------ Task input
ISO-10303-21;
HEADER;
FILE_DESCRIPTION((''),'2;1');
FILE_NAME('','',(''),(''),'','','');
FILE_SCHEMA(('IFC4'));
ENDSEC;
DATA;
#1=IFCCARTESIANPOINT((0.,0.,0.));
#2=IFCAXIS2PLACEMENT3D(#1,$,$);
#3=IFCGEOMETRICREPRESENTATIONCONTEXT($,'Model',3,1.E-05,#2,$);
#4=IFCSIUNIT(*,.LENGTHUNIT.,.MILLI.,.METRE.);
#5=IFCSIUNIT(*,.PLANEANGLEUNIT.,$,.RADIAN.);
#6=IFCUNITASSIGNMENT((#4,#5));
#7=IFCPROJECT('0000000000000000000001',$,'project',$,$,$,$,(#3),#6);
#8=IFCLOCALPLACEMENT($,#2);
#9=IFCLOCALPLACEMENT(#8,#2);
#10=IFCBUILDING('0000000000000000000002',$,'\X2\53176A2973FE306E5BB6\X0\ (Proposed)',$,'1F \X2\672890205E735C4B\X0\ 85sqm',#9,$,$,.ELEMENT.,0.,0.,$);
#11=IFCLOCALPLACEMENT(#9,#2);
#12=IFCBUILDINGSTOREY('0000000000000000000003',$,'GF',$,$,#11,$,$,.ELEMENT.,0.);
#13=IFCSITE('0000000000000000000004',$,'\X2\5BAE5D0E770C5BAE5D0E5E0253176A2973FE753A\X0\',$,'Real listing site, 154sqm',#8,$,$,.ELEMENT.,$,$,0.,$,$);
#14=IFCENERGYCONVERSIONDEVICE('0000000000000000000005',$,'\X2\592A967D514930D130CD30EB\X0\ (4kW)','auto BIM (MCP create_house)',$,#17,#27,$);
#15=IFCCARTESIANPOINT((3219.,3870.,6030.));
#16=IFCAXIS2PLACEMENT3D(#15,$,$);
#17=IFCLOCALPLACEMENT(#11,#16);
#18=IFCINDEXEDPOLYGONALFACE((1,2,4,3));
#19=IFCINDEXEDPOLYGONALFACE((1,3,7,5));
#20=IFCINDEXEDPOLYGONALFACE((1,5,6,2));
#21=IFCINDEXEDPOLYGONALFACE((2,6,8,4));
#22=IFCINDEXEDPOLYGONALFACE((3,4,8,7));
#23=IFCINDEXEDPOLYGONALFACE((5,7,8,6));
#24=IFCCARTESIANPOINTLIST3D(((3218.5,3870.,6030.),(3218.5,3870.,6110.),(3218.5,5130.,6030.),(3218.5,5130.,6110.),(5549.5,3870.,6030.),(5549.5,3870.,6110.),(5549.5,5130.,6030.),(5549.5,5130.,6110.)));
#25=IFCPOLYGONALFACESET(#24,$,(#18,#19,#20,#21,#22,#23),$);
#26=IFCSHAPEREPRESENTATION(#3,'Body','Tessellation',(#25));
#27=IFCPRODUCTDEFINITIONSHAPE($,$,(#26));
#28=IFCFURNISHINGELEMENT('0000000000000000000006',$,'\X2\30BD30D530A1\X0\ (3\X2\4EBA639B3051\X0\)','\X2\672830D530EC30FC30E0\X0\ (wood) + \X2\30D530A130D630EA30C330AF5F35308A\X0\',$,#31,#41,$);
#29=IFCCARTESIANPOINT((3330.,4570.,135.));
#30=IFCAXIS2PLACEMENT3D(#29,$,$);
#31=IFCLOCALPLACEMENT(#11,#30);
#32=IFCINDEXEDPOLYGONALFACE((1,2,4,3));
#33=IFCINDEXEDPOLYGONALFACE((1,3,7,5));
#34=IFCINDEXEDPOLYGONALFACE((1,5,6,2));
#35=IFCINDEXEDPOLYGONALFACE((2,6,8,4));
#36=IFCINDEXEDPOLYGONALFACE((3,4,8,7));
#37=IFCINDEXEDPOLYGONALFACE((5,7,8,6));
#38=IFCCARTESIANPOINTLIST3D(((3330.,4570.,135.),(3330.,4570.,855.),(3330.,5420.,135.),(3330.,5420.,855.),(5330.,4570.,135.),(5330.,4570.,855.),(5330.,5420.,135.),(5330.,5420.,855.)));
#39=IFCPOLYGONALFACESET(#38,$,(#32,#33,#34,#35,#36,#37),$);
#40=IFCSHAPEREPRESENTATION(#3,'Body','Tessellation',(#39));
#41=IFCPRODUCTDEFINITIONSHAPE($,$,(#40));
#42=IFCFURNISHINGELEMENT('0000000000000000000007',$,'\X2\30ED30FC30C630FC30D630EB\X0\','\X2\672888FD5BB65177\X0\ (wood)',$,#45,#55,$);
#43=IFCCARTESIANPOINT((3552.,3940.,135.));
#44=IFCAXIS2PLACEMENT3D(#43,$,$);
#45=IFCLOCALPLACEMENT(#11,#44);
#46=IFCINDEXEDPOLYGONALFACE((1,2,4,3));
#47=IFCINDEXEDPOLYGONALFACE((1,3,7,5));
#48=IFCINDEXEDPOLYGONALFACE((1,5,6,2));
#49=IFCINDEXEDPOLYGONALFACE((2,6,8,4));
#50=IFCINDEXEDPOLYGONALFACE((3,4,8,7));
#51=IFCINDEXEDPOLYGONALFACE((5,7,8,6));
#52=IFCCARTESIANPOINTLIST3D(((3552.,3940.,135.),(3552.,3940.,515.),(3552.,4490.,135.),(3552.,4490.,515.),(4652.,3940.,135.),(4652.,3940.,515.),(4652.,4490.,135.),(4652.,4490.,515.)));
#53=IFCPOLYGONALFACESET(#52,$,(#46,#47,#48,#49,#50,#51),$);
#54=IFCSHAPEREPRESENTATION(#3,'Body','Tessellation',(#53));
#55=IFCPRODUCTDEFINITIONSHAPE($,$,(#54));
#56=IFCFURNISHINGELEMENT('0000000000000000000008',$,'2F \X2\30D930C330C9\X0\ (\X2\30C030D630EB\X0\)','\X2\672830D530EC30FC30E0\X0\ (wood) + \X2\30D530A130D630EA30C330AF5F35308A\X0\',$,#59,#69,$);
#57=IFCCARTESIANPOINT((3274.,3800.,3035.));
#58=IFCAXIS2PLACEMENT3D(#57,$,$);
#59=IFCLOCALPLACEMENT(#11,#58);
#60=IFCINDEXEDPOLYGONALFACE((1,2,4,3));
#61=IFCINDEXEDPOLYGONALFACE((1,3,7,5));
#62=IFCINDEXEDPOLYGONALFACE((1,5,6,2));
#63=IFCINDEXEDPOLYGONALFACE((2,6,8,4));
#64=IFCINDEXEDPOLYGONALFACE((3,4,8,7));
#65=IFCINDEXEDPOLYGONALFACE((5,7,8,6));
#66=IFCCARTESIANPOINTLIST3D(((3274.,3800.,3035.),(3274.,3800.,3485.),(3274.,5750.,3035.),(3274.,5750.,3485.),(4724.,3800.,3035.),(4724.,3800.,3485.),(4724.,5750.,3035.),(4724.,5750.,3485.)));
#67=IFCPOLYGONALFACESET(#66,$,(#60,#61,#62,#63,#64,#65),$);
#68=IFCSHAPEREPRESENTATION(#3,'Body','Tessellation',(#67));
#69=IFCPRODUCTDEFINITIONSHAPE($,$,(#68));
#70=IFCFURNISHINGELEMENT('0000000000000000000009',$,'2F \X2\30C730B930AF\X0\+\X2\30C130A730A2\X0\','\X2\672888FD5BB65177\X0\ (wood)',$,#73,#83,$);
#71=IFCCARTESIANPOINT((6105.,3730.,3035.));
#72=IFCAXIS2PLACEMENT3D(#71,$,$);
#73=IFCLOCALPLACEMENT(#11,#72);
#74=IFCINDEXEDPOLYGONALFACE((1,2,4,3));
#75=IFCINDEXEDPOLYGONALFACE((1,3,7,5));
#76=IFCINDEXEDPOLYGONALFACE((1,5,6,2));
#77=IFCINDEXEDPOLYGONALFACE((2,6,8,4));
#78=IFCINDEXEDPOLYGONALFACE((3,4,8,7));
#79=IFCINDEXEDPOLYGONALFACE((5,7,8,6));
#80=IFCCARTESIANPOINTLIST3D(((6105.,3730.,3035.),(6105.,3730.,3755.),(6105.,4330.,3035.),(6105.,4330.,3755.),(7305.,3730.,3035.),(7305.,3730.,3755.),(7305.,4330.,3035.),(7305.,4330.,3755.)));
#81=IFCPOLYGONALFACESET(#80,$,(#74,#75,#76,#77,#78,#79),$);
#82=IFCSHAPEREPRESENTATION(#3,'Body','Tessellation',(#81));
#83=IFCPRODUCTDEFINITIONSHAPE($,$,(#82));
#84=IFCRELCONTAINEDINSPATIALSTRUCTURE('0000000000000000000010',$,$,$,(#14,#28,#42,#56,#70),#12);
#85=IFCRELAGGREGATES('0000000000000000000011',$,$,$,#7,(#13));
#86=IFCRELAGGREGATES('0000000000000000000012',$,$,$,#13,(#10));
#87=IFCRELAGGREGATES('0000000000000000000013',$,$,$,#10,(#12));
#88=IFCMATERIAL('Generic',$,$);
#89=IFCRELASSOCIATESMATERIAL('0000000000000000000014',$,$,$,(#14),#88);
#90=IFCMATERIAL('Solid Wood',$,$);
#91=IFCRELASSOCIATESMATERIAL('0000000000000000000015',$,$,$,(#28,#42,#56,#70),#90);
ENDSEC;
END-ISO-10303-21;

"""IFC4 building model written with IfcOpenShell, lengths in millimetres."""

from ifc_helpers import new_model, si_unit, frame, frame_2d, origin, place, context, project, spatial, rectangle, extrude, material, element, save


model = new_model("IFC4")

# Units and contexts
model_context = context("Model", 3, precision=1e-05, world=origin())
ifc_project = project(units=[si_unit("LENGTHUNIT", "METRE", prefix="MILLI"), si_unit("PLANEANGLEUNIT", "RADIAN")], contexts=[model_context])

# Site, building, storey
site_placement = place(None, origin())
site = spatial("IfcSite", under=ifc_project, at=site_placement, Name="宮崎県宮崎市北権現町", ObjectType="Real listing site, 154sqm", CompositionType="ELEMENT", RefElevation=0.0)
building_placement = place(site_placement, origin())
building = spatial("IfcBuilding", under=site, at=building_placement, Name="北権現の家 (Proposed)", ObjectType="1F 木造平屋 85sqm", CompositionType="ELEMENT", ElevationOfRefHeight=0.0, ElevationOfTerrain=0.0)
storey_placement = place(building_placement, origin())
storey = spatial("IfcBuildingStorey", under=building, at=storey_placement, Name="GF", CompositionType="ELEMENT", Elevation=0.0)

# Shared definitions
ifc_material_1 = material(Name="Solid Wood")

# Shared definitions
ifc_material_2 = material(Name="Generic")

# Energy conversion device
energy_conversion_device_placement = place(storey_placement, frame((3219.0, 3870.0, 6030.0)))
element("IfcEnergyConversionDevice", 1, at=energy_conversion_device_placement, inside=storey, material=ifc_material_2, Name="太陽光パネル (4kW)", Description="auto BIM (MCP create_house)", context=model_context, shape_type="SweptSolid", body=[
    extrude(rectangle(XDim=2331.0, YDim=1260.0, at=frame_2d((1165.0, 630.0))), frame((3219.0, 3870.0, 6030.0)), (0.0, 0.0, 1.0), 80.0),
])

# Furnishing elements
furnishing_1_placement = place(storey_placement, frame((3330.0, 4570.0, 135.0)))
element("IfcFurnishingElement", 2, at=furnishing_1_placement, inside=storey, material=ifc_material_1, Name="ソファ (3人掛け)", Description="木フレーム (wood) + ファブリック張り", context=model_context, shape_type="SweptSolid", body=[
    extrude(rectangle(XDim=2000.0, YDim=850.0, at=frame_2d((1000.0, 425.0))), frame((3330.0, 4570.0, 135.0)), (0.0, 0.0, 1.0), 720.0),
])
furnishing_2_placement = place(storey_placement, frame((3552.0, 3940.0, 135.0)))
element("IfcFurnishingElement", 3, at=furnishing_2_placement, inside=storey, material=ifc_material_1, Name="ローテーブル", Description="木製家具 (wood)", context=model_context, shape_type="SweptSolid", body=[
    extrude(rectangle(XDim=1100.0, YDim=550.0, at=frame_2d((550.0, 275.0))), frame((3552.0, 3940.0, 135.0)), (0.0, 0.0, 1.0), 380.0),
])
furnishing_3_placement = place(storey_placement, frame((3274.0, 3800.0, 3035.0)))
element("IfcFurnishingElement", 4, at=furnishing_3_placement, inside=storey, material=ifc_material_1, Name="2F ベッド (ダブル)", Description="木フレーム (wood) + ファブリック張り", context=model_context, shape_type="SweptSolid", body=[
    extrude(rectangle(XDim=1450.0, YDim=1950.0, at=frame_2d((725.0, 975.0))), frame((3274.0, 3800.0, 3035.0)), (0.0, 0.0, 1.0), 450.0),
])
furnishing_4_placement = place(storey_placement, frame((6105.0, 3730.0, 3035.0)))
element("IfcFurnishingElement", 5, at=furnishing_4_placement, inside=storey, material=ifc_material_1, Name="2F デスク+チェア", Description="木製家具 (wood)", context=model_context, shape_type="SweptSolid", body=[
    extrude(rectangle(XDim=1200.0, YDim=600.0, at=frame_2d((600.0, 300.0))), frame((6105.0, 3730.0, 3035.0)), (0.0, 0.0, 1.0), 720.0),
])

save(model, "model.ifc")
------------
◆ Task to carry out ◆
Write the opening line of the data above and every line after it, exactly, stopping once you have written the line with "#6=IFCUNITASSIGNMENT((#4,#5));".

◆ Result below ◆
ISO-10303-21;
HEADER;
FILE_DESCRIPTION((''),'2;1');
FILE_NAME('','',(''),(''),'','','');
FILE_SCHEMA(('IFC4'));
ENDSEC;
DATA;
#1=IFCCARTESIANPOINT((0.,0.,0.));
#2=IFCAXIS2PLACEMENT3D(#1,$,$);
#3=IFCGEOMETRICREPRESENTATIONCONTEXT($,'Model',3,1.E-05,#2,$);
#4=IFCSIUNIT(*,.LENGTHUNIT.,.MILLI.,.METRE.);
#5=IFCSIUNIT(*,.PLANEANGLEUNIT.,$,.RADIAN.);
#6=IFCUNITASSIGNMENT((#4,#5));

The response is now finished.